For Caritas, it is vital that governments do not resort to merely facilitating migration as the solution for addressing the labour market shortages in the LTC sector, as this just puts a “band-aid” on the problem rather than addressing the root causes, namely that there is too little valorisation of this essential job sector, often extremely low salaries for LTC workers, not enough career development opportunities, and major inequalities within and between EU Member States and between EU and non-EU countries. It is thus vital to address social asymmetries across the EU in order for Europe to achieve greater upward social convergence and strong social welfare systems across the continent. A long-term vision for reforming the current LTC systems is necessary, to ensure quality, affordable and accessible care that is available everywhere, including in rural settings. To achieve this, governments must reform their LTC systems and increase public investment in LTC, so that quality services and support are offered, obtainable, and affordable for all, particularly for those who are in situations of vulnerability and in most need.

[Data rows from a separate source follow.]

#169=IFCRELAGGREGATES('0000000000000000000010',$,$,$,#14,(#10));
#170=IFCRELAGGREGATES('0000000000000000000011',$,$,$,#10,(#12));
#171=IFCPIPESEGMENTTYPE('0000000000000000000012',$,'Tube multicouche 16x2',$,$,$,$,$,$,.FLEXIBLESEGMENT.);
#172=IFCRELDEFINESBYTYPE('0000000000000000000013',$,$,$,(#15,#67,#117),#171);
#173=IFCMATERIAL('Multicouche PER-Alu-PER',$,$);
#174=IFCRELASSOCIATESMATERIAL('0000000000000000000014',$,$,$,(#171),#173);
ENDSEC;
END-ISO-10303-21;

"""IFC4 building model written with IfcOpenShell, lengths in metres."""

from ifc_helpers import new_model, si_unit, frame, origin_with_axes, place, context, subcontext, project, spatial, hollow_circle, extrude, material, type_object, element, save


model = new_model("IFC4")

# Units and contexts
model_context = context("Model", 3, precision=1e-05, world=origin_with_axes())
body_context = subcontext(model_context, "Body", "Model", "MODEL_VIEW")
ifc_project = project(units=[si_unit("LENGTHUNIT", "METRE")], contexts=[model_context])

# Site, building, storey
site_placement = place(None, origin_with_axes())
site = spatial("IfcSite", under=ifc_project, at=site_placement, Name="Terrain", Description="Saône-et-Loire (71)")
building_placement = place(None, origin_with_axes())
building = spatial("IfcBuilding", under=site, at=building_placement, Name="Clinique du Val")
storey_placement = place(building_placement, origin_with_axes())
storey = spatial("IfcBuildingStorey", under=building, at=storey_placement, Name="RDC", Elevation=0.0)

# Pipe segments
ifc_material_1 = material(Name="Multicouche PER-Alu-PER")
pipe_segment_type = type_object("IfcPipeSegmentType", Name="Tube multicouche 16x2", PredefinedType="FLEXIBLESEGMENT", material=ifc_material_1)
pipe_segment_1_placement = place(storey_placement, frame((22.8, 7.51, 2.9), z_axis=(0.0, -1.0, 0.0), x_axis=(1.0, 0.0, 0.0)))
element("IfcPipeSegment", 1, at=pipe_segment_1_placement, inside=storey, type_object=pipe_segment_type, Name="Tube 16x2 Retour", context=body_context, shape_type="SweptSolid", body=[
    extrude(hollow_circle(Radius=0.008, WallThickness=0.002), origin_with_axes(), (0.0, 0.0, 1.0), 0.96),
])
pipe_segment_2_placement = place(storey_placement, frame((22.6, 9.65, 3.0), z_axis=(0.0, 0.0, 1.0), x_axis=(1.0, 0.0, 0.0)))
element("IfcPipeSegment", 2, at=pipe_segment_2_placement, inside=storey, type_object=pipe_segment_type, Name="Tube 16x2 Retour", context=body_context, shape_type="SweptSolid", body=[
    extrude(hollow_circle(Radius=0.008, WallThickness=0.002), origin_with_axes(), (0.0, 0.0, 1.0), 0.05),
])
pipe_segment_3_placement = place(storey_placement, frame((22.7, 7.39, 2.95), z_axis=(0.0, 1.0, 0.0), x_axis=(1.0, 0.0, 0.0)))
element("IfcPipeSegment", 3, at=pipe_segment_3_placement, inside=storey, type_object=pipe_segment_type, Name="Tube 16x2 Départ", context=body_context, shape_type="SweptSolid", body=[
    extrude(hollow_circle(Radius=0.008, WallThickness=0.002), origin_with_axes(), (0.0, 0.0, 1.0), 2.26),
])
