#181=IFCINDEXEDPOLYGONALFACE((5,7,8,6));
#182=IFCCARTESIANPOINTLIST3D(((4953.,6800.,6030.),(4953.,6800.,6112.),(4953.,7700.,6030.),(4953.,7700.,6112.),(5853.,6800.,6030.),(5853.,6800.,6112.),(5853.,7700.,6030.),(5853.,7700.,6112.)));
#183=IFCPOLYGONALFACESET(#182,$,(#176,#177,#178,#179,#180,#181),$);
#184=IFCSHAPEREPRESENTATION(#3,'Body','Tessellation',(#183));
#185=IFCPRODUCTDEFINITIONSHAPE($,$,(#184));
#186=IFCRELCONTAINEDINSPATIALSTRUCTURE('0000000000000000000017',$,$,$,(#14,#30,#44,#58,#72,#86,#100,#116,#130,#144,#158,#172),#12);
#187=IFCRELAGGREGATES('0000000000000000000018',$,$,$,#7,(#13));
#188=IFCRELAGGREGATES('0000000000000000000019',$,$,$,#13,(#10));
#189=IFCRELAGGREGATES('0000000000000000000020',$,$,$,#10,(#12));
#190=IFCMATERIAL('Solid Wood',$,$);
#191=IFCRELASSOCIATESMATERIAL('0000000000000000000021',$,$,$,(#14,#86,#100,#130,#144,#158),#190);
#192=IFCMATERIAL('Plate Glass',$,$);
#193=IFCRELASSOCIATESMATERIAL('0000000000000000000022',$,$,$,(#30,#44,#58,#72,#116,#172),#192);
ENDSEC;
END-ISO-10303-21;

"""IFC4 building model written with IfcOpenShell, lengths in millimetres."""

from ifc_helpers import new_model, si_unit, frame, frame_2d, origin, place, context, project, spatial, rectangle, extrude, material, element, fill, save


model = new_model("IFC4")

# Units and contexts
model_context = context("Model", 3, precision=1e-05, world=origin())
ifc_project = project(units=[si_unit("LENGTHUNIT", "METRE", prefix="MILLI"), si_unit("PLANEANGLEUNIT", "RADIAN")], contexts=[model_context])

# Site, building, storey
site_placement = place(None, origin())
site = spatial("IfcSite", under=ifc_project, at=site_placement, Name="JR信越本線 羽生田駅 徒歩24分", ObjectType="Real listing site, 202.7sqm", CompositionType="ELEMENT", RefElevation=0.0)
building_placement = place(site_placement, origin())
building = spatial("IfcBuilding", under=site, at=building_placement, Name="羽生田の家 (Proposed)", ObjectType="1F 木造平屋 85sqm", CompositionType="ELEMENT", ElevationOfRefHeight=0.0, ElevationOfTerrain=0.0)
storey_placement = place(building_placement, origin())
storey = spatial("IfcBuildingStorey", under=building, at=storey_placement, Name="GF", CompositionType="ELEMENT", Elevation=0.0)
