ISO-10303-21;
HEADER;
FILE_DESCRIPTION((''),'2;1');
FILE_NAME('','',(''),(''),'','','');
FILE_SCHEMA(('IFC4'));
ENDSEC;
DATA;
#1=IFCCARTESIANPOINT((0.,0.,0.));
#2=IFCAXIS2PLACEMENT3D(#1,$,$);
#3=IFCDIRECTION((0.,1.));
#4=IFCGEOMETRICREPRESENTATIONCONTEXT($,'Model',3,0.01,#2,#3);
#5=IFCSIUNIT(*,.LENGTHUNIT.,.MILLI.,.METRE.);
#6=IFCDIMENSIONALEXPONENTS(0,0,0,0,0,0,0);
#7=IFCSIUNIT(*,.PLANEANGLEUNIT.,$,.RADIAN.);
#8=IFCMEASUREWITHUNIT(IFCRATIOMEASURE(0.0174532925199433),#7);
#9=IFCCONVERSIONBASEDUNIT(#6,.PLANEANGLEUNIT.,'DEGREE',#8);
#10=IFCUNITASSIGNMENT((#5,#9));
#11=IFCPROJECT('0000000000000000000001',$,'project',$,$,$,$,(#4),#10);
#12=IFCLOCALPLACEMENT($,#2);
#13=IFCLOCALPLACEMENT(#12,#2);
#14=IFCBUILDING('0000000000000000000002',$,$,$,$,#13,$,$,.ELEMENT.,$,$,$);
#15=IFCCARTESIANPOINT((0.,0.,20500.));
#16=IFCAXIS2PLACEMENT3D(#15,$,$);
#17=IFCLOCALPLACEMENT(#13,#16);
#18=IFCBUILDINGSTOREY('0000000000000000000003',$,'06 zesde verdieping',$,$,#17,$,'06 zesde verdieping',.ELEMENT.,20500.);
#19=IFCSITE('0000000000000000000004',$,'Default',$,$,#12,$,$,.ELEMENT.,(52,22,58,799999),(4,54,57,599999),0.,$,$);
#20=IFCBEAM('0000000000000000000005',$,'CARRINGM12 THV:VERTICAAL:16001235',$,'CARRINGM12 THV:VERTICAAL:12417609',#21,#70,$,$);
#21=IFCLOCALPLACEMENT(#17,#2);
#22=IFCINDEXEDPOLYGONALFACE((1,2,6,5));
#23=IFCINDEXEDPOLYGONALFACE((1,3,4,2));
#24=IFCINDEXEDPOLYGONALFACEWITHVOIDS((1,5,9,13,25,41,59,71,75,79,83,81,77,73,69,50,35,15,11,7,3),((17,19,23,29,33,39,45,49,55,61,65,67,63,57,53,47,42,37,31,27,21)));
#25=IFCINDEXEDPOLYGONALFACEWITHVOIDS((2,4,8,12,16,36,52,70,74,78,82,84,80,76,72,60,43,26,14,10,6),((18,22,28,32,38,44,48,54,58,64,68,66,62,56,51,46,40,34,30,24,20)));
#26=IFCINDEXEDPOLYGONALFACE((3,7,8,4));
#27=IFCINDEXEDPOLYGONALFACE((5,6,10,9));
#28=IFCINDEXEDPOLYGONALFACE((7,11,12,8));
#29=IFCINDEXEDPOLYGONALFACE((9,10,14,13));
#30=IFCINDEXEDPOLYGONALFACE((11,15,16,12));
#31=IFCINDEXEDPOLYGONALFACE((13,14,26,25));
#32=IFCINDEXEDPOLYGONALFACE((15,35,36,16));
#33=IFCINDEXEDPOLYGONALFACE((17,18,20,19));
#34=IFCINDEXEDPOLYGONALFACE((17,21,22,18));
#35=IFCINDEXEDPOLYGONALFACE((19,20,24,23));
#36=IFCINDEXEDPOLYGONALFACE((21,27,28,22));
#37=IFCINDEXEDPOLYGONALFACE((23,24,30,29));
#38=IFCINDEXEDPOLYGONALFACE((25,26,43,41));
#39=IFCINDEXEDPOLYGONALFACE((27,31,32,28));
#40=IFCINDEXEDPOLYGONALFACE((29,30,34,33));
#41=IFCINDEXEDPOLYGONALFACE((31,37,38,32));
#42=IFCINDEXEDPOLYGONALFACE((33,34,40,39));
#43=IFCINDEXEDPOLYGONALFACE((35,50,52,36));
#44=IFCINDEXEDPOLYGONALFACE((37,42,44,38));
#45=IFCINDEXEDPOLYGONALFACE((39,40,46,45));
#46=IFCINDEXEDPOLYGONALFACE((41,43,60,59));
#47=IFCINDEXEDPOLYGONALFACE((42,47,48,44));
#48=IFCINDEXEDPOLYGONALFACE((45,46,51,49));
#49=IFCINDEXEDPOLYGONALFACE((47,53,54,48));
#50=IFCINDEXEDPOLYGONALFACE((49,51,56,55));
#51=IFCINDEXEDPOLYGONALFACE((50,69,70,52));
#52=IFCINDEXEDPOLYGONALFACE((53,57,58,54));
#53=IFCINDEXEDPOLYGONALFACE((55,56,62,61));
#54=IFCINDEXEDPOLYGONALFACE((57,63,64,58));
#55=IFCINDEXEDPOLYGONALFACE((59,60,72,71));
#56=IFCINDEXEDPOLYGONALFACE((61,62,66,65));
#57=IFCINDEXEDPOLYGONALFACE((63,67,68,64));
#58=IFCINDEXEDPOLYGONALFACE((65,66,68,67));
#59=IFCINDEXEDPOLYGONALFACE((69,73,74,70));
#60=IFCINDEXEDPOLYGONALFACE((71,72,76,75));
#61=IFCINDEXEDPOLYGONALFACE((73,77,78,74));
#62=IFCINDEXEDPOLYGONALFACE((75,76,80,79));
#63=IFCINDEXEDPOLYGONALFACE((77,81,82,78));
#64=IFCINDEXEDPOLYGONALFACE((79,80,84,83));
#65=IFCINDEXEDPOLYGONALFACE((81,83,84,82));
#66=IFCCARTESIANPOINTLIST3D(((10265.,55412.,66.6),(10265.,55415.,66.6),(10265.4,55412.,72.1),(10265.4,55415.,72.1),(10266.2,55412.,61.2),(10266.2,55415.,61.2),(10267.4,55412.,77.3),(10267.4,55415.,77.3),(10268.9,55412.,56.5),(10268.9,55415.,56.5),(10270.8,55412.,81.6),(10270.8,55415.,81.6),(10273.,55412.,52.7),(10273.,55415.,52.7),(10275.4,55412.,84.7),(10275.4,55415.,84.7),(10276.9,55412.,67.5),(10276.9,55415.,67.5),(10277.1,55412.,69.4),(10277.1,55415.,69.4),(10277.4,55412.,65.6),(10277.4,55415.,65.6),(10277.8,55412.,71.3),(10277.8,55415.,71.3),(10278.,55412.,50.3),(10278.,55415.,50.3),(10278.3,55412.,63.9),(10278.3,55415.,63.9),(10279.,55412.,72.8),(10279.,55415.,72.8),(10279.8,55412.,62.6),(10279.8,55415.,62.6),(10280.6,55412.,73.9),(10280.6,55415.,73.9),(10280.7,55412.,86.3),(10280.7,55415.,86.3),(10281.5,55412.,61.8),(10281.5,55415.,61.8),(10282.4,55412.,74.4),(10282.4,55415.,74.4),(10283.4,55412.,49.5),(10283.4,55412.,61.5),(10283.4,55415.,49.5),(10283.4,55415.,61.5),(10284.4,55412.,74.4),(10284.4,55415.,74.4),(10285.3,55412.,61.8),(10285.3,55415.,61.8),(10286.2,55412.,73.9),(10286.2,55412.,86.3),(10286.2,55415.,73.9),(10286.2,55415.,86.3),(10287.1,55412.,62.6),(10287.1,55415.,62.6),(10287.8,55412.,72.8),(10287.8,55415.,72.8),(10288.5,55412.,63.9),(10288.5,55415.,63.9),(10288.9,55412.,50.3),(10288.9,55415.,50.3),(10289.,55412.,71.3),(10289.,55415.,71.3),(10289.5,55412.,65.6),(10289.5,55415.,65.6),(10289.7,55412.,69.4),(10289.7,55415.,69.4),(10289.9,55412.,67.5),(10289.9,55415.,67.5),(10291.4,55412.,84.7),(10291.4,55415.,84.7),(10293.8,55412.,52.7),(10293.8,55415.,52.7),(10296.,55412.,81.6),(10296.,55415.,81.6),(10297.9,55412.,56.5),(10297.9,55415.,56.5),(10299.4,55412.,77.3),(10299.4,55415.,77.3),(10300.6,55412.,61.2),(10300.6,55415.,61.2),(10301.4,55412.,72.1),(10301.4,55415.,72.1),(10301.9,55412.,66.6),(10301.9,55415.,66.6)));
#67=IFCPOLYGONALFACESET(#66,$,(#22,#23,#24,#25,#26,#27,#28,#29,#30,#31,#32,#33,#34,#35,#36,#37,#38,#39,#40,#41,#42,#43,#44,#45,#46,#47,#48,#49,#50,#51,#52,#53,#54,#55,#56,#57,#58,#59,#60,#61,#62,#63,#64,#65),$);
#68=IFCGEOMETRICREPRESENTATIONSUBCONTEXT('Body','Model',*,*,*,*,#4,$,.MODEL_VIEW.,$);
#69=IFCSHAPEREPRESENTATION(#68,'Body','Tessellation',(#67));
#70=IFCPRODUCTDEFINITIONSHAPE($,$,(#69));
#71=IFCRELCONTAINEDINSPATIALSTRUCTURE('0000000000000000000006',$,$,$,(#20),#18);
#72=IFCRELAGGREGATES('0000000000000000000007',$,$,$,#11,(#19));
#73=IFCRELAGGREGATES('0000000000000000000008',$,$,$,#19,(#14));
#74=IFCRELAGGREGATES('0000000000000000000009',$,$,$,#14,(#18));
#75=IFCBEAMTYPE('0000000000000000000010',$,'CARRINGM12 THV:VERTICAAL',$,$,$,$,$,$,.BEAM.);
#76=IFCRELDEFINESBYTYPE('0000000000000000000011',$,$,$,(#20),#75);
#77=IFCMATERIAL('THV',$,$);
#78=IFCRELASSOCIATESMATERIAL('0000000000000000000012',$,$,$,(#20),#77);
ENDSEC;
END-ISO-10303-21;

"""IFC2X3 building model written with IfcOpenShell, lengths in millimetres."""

from ifc_helpers import new_model, entity, si_unit, converted_unit, direction, frame, origin, origin_2d_with_axis, place, context, subcontext, project, spatial, hollow_circle, extrude, material, type_object, element, save


model = new_model("IFC2X3")

# Units and contexts
model_context = context("Model", 3, precision=0.01, world=origin(), true_north=direction((0.0, 1.0)))
body_context = subcontext(model_context, "Body", "Model", "MODEL_VIEW")
ifc_project = project(units=[si_unit("LENGTHUNIT", "METRE", prefix="MILLI"), converted_unit("PLANEANGLEUNIT", "DEGREE", entity("IfcRatioMeasure", 0.0174532925199433), si_unit("PLANEANGLEUNIT", "RADIAN"), dimensions=[0, 0, 0, 0, 0, 0, 0])], contexts=[model_context])

# Site, building, storey
site_placement = place(None, origin())
site = spatial("IfcSite", under=ifc_project, at=site_placement, Name="Default", CompositionType="ELEMENT", RefLatitude=(52, 22, 58, 799999), RefLongitude=(4, 54, 57, 599999), RefElevation=0.0)
building_placement = place(site_placement, origin())
building = spatial("IfcBuilding", under=site, at=building_placement, CompositionType="ELEMENT")
storey_placement = place(building_placement, frame((0.0, 0.0, 20500.0)))
storey = spatial("IfcBuildingStorey", under=building, at=storey_placement, Name="06 zesde verdieping", LongName="06 zesde verdieping", CompositionType="ELEMENT", Elevation=20500.0)

# Beam
ifc_material_1 = material(Name="THV")
beam_type_1 = type_object("IfcBeamType", Name="CARRINGM12 THV:VERTICAAL", PredefinedType="BEAM")
beam_1_placement = place(storey_placement, origin())
element("IfcBeam", 1, at=beam_1_placement, inside=storey, type_object=beam_type_1, material=ifc_material_1, Name="CARRINGM12 THV:VERTICAAL:16001235", ObjectType="CARRINGM12 THV:VERTICAAL:12417609", context=body_context, shape_type="SweptSolid", body=[
    extrude(hollow_circle(Radius=18.5, WallThickness=12.0, at=origin_2d_with_axis()), frame((10283.4, 55412.0, 68.0), z_axis=(0.0, 1.0, 0.0), x_axis=(0.0, 0.0, -1.0)), (0.0, 0.0, 1.0), 3.0),
])

save(model, "model.ifc")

Based on these and other findings, recommendations for policymakers have been formulated to support the Council of Europe, EU and national governments in reforming the LTC systems, which are currently underperforming in the context of demographic change. Considering the recent adoption of the Council Recommendation on access to affordable, high-quality LTC, agreed by Ministers in the EU Council, Caritas’ recommendations should not only be relevant for national governments in the design of their LTC action plans and strategies but should likewise be important for the EU institutions and non-EU governments in Europe to consider in modernising their LTC systems. This is relevant considering the certainty of the increasingly ageing population and the understanding that the need for LTC is not only a national issue but one that crosses borders and deserves a European solution, if not a global approach.